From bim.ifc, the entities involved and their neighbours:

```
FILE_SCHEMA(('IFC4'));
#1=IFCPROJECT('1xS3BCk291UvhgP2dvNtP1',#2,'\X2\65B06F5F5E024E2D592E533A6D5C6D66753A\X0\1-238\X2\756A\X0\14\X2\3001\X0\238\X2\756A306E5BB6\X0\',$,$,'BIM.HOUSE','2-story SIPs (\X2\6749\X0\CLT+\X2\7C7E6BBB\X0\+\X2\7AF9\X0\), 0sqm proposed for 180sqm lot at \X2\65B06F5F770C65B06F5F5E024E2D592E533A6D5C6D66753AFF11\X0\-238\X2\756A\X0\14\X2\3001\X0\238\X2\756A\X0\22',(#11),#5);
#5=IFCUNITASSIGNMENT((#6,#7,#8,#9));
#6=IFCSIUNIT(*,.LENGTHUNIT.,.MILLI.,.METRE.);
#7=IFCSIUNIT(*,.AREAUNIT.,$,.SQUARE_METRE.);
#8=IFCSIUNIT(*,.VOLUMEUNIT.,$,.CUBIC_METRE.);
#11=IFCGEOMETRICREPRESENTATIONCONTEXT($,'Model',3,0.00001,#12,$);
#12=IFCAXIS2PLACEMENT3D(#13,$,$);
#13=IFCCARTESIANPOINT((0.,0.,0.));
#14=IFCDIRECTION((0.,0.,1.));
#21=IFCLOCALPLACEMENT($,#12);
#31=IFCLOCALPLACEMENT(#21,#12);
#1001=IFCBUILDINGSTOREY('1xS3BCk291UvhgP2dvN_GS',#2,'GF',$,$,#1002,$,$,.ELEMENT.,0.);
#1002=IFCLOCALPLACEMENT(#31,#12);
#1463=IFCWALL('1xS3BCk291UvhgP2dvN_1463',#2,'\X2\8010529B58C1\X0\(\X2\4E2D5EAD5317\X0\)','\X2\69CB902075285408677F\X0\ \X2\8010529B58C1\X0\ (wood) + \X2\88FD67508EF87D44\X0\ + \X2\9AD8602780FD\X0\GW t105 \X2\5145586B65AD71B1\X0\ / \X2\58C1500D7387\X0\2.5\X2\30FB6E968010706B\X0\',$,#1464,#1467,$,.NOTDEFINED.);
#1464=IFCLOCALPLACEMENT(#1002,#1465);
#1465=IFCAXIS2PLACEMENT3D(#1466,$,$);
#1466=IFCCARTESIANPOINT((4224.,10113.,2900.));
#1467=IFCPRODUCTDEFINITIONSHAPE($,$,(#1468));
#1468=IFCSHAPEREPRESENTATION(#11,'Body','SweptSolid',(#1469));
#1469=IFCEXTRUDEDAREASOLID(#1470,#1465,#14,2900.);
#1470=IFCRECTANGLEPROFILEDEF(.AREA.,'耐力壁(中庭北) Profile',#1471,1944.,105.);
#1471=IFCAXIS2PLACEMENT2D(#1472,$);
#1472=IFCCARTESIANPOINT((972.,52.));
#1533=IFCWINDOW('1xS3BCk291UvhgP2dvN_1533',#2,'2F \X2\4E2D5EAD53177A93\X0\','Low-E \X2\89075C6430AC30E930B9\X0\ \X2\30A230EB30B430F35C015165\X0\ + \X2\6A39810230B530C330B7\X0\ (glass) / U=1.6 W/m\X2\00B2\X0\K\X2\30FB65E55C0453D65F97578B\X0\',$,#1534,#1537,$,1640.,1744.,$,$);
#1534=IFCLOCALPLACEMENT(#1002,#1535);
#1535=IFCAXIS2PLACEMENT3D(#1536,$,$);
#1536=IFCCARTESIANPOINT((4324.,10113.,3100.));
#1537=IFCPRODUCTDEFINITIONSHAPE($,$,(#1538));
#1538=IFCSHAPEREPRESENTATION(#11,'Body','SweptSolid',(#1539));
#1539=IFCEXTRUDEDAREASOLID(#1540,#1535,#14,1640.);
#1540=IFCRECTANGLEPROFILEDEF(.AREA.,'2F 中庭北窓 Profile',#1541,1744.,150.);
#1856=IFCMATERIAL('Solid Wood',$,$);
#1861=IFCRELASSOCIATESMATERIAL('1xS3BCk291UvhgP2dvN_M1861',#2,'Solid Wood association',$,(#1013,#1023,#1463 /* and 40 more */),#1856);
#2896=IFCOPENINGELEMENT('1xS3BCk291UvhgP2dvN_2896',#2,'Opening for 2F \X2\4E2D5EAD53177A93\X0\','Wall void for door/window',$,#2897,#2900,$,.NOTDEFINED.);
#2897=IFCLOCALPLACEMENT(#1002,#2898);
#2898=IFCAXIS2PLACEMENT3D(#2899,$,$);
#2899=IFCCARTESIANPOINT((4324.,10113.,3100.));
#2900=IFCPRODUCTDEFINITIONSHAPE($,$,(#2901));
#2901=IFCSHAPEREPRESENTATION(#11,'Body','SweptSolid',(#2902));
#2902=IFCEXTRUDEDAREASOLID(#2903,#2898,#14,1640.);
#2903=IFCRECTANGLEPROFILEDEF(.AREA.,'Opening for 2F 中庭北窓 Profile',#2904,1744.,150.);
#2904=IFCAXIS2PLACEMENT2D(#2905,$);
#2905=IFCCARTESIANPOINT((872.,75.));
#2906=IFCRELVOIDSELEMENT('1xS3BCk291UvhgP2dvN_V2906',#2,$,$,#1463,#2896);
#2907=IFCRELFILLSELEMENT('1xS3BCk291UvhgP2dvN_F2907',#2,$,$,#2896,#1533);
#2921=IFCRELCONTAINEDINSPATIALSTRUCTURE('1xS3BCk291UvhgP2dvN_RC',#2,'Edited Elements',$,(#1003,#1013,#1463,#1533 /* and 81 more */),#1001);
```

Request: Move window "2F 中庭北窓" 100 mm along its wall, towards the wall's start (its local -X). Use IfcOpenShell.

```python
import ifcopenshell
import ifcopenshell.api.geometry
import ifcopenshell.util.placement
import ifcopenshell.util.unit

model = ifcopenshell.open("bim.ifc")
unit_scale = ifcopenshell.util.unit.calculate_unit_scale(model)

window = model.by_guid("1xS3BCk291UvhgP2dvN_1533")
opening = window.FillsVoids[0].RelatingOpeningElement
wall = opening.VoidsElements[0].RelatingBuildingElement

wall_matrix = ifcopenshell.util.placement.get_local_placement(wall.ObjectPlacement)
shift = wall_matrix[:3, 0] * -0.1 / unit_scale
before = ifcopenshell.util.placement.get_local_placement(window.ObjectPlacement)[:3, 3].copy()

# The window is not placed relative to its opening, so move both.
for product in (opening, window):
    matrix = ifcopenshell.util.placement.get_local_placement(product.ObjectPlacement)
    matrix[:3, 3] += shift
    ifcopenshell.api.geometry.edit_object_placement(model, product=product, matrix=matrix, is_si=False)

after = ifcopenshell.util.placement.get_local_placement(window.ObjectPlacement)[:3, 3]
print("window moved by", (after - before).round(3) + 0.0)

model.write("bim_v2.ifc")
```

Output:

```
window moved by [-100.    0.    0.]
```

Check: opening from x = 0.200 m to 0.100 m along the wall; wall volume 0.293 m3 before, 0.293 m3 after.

--------------------------------

__What is needed__. The answer must be every line of the listing that holds the word "IFCSHAPEREPRESENTATION".

__Response for this exercise__.
#1468=IFCSHAPEREPRESENTATION(#11,'Body','SweptSolid',(#1469));
#1538=IFCSHAPEREPRESENTATION(#11,'Body','SweptSolid',(#1539));
#2901=IFCSHAPEREPRESENTATION(#11,'Body','SweptSolid',(#2902));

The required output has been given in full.